(YOUR INSTRUCTIONS): Read the listing below and copy out each line where the word "IFCMATERIAL" occurs.

*****

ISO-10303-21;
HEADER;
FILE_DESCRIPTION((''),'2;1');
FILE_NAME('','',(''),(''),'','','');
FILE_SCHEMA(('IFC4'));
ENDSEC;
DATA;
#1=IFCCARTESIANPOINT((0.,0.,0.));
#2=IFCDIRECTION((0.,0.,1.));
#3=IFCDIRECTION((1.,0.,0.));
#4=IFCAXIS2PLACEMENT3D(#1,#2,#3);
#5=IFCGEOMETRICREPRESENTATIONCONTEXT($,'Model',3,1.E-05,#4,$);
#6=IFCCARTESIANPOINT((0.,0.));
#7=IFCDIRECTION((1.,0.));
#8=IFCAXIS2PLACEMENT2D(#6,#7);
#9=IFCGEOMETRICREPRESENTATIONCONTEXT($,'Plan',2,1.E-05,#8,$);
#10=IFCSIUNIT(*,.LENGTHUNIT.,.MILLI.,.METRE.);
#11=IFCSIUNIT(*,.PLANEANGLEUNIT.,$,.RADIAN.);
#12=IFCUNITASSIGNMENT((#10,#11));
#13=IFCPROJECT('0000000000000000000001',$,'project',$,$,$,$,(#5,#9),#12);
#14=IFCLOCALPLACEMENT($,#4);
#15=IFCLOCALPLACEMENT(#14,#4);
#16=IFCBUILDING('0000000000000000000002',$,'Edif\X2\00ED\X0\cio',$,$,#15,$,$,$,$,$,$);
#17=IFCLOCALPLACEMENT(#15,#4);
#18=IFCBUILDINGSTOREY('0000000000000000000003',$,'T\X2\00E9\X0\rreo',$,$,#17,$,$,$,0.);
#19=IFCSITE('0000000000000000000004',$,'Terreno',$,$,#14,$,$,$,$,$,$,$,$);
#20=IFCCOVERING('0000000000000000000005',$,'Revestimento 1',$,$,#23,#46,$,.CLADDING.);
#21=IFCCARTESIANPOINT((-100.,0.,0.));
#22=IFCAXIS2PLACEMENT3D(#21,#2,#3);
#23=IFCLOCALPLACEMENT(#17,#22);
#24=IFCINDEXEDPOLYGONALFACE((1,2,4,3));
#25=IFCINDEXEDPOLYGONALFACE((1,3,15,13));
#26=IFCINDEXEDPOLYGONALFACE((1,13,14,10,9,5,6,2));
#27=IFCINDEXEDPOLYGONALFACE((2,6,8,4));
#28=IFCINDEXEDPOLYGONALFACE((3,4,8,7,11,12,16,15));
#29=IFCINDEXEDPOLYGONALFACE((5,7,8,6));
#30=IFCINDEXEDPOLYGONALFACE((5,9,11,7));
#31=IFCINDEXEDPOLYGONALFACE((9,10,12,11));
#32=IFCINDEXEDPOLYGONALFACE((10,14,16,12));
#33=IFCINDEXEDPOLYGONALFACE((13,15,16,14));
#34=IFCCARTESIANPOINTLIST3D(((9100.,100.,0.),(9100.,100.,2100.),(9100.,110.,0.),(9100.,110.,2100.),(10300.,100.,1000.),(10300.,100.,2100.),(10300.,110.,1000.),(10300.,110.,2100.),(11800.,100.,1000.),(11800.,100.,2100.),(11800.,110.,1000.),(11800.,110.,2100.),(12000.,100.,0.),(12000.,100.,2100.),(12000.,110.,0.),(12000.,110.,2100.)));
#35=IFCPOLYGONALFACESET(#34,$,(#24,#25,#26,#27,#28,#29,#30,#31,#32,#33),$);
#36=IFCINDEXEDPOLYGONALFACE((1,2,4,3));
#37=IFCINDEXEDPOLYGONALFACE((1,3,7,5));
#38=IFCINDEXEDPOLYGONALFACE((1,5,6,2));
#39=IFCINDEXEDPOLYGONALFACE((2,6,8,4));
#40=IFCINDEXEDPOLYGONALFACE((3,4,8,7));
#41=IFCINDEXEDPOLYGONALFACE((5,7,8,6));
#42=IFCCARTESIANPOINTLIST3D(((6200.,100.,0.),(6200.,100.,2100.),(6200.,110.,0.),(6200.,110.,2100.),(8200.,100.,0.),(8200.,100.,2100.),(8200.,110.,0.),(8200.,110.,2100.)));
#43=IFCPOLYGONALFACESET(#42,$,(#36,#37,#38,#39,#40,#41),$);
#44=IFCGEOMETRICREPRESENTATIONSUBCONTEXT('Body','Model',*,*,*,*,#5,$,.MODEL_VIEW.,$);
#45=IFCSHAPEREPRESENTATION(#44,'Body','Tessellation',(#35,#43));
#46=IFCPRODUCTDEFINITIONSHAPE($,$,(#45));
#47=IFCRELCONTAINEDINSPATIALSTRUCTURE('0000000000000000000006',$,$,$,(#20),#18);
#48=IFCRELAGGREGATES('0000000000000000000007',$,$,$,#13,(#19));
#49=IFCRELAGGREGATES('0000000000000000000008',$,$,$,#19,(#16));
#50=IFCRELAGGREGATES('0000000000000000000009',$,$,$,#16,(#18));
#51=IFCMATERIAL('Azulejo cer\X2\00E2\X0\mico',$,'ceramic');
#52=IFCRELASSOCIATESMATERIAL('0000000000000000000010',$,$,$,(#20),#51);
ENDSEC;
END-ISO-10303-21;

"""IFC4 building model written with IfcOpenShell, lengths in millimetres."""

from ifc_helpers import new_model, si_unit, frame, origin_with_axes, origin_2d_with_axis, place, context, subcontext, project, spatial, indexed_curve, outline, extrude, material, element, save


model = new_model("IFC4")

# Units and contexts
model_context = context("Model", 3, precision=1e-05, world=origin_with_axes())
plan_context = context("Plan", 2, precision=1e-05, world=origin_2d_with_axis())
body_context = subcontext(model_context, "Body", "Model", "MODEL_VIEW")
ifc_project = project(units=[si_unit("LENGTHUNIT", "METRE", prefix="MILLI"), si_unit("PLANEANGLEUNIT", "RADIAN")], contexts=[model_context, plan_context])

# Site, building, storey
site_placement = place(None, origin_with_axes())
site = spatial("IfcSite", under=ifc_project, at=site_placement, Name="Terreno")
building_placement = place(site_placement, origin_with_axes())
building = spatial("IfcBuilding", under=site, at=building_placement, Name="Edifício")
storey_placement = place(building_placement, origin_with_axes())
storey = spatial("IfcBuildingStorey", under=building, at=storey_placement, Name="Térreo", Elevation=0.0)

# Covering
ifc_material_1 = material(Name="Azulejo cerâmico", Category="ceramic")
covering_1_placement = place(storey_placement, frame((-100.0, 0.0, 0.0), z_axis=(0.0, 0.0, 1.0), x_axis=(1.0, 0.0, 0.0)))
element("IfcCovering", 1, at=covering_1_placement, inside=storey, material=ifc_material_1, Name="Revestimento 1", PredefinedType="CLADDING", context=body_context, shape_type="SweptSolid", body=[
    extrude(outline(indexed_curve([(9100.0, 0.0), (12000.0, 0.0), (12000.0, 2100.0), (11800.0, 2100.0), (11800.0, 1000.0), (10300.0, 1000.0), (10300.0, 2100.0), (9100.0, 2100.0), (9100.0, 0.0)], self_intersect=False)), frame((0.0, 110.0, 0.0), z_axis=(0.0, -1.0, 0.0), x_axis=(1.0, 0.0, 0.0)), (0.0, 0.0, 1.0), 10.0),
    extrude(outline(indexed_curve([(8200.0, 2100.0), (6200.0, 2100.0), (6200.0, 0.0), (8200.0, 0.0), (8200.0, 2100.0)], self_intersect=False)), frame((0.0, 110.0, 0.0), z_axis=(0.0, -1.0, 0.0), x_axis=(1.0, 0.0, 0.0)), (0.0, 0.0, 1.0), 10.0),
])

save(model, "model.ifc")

*****

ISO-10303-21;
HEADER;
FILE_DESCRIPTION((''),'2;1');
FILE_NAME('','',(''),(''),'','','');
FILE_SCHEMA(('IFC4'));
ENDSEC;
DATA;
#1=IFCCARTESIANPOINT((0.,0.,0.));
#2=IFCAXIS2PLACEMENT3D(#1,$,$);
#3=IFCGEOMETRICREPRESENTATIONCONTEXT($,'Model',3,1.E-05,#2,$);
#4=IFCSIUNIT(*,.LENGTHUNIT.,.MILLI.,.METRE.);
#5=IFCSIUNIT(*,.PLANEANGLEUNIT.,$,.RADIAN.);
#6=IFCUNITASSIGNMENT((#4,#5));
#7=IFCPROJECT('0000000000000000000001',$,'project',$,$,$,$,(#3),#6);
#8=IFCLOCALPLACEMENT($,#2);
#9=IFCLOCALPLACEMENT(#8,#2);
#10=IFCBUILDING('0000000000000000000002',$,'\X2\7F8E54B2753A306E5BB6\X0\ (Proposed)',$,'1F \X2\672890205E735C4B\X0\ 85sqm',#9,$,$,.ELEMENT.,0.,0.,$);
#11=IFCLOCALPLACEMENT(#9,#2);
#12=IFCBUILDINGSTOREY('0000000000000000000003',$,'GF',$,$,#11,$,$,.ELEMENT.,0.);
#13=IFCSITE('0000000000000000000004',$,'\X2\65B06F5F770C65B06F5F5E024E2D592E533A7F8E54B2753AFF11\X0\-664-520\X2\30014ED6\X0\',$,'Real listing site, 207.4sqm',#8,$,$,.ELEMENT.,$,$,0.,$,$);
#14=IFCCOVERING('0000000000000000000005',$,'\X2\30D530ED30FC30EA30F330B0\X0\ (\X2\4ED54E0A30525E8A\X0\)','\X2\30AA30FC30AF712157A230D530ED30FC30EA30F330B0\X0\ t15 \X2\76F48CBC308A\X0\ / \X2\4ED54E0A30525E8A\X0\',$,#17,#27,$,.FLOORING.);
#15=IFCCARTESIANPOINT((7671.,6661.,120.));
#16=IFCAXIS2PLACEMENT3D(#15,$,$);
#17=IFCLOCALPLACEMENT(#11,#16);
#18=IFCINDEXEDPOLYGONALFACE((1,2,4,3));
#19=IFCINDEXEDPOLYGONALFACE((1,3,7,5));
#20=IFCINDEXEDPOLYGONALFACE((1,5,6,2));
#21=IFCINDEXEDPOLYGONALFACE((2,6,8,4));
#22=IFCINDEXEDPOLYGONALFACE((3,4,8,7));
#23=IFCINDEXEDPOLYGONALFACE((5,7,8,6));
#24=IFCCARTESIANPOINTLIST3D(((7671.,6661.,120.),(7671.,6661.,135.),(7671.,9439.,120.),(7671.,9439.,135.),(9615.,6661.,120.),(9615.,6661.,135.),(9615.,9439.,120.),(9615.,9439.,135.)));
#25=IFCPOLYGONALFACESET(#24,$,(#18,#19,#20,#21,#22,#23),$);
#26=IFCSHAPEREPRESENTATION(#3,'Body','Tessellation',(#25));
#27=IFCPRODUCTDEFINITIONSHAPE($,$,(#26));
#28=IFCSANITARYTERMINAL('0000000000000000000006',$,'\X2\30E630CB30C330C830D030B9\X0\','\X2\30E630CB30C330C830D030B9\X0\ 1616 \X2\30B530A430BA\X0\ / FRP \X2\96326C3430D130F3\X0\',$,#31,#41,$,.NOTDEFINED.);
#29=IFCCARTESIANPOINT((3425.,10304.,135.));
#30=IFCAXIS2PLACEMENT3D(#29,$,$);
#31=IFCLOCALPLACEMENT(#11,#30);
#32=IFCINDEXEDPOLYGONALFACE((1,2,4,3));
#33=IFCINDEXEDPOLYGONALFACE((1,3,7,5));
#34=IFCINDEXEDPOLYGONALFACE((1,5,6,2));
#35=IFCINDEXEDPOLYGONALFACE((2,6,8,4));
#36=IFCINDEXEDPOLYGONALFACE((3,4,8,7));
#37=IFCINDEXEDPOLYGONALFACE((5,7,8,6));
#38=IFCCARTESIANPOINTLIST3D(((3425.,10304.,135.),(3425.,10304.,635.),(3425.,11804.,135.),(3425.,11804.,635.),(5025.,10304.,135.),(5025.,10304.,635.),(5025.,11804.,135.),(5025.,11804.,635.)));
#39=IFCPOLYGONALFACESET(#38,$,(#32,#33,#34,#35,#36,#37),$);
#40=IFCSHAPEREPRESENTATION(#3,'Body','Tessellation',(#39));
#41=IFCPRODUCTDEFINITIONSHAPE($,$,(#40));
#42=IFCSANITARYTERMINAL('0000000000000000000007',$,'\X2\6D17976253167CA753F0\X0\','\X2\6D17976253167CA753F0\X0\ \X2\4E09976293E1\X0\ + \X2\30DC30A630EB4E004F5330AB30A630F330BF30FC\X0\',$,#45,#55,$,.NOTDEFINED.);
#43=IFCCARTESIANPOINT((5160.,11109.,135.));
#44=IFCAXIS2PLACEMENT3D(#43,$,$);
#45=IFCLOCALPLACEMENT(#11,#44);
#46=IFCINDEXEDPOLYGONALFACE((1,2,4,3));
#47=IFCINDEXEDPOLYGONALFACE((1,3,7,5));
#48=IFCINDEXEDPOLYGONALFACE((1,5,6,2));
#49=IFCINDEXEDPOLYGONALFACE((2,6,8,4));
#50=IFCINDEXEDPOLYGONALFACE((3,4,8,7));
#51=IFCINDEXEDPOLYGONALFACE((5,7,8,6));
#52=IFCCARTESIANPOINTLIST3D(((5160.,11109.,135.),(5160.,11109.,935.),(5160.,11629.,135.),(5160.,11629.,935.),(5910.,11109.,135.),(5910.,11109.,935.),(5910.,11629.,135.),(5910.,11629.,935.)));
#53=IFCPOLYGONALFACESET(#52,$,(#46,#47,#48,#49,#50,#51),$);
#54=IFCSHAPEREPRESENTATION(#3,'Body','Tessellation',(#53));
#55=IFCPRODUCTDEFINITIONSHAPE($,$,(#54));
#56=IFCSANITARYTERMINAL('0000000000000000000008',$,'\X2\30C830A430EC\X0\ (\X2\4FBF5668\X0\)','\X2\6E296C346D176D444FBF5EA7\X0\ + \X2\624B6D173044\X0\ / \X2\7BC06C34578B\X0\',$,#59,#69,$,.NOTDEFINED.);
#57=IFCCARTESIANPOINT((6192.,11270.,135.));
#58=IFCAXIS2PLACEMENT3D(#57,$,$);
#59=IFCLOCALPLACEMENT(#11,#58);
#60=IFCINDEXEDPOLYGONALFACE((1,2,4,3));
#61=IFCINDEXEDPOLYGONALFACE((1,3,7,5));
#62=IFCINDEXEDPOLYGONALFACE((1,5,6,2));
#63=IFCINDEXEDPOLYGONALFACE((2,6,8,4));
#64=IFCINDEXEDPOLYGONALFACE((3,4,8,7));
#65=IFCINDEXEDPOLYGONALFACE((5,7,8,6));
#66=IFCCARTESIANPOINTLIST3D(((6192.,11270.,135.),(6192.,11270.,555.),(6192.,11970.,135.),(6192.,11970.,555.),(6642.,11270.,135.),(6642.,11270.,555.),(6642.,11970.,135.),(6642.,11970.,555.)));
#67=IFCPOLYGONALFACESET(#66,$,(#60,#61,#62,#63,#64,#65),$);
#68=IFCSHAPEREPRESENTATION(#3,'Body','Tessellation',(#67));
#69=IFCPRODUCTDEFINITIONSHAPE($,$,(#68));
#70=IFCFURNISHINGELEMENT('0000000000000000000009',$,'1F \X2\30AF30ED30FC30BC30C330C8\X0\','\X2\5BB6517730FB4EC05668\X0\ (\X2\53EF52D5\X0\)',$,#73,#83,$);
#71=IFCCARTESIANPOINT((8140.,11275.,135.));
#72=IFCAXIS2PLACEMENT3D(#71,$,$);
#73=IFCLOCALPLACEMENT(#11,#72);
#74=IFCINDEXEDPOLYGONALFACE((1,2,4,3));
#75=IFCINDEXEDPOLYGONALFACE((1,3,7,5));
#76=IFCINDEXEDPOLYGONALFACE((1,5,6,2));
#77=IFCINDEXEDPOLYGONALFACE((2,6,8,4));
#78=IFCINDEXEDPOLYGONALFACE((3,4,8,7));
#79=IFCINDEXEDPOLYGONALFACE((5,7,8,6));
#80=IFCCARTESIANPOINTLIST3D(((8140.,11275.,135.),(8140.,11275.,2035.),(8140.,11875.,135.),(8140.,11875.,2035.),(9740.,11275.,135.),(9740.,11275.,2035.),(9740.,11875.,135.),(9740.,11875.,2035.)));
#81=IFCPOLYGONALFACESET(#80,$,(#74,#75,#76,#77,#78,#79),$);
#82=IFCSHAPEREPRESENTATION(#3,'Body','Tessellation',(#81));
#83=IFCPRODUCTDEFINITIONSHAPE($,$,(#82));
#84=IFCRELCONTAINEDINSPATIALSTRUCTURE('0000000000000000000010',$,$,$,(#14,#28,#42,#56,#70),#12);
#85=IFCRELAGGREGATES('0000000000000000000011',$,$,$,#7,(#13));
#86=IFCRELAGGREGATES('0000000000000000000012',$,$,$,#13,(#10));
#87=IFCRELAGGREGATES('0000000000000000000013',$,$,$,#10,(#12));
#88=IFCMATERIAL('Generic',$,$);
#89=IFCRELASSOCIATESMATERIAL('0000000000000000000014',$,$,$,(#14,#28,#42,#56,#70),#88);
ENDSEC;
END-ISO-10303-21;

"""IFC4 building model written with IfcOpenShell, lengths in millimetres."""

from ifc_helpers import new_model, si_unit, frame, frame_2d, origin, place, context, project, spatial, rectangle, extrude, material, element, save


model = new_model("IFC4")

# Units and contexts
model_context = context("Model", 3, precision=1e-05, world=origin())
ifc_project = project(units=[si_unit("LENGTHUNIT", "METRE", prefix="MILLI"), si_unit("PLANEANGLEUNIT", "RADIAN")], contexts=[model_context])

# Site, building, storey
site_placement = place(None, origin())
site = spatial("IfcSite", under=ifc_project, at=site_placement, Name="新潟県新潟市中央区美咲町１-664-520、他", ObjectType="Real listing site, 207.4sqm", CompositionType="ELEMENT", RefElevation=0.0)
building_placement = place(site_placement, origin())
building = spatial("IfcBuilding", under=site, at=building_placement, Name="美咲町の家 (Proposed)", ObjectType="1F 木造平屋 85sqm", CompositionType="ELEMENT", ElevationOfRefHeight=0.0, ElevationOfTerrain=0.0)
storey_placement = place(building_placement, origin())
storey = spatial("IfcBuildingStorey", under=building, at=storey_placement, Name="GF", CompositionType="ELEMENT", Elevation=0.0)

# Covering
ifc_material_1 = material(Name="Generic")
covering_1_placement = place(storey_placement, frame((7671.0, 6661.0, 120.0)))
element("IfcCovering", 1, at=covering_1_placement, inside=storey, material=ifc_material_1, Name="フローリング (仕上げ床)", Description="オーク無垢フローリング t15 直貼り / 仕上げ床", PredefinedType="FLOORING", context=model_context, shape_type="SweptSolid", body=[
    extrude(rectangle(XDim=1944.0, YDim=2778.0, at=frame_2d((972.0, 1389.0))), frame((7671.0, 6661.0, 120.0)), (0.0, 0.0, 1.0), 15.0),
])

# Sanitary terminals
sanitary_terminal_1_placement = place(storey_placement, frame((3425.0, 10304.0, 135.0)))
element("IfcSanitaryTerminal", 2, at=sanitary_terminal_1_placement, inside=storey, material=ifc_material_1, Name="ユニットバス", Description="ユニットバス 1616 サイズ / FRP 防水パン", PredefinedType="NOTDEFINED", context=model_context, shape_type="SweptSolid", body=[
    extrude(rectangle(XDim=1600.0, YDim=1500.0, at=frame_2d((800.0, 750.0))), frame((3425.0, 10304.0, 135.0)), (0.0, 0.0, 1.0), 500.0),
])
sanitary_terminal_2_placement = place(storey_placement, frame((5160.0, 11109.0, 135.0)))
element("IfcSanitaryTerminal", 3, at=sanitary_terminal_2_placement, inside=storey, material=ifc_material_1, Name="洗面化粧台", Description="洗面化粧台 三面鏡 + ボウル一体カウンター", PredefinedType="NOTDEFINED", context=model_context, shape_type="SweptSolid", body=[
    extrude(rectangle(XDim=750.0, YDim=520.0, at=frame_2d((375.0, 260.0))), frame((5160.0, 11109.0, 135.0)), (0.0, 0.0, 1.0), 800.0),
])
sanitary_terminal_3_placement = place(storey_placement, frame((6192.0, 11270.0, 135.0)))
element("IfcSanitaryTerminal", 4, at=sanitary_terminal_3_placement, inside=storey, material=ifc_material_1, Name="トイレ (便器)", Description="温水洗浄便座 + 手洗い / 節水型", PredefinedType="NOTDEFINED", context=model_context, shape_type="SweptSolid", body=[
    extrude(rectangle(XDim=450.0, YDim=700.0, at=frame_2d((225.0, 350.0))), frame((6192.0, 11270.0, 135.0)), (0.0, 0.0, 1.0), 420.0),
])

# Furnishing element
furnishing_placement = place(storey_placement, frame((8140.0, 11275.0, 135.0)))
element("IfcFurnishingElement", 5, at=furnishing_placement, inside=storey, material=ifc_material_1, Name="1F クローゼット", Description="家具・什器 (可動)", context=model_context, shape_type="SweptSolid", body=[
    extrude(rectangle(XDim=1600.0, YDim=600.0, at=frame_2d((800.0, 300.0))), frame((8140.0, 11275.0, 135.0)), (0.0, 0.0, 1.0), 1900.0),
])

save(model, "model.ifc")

*****

(RESPONSE FOR THIS EXERCISE):
#51=IFCMATERIAL('Azulejo cer\X2\00E2\X0\mico',$,'ceramic');
#88=IFCMATERIAL('Generic',$,$);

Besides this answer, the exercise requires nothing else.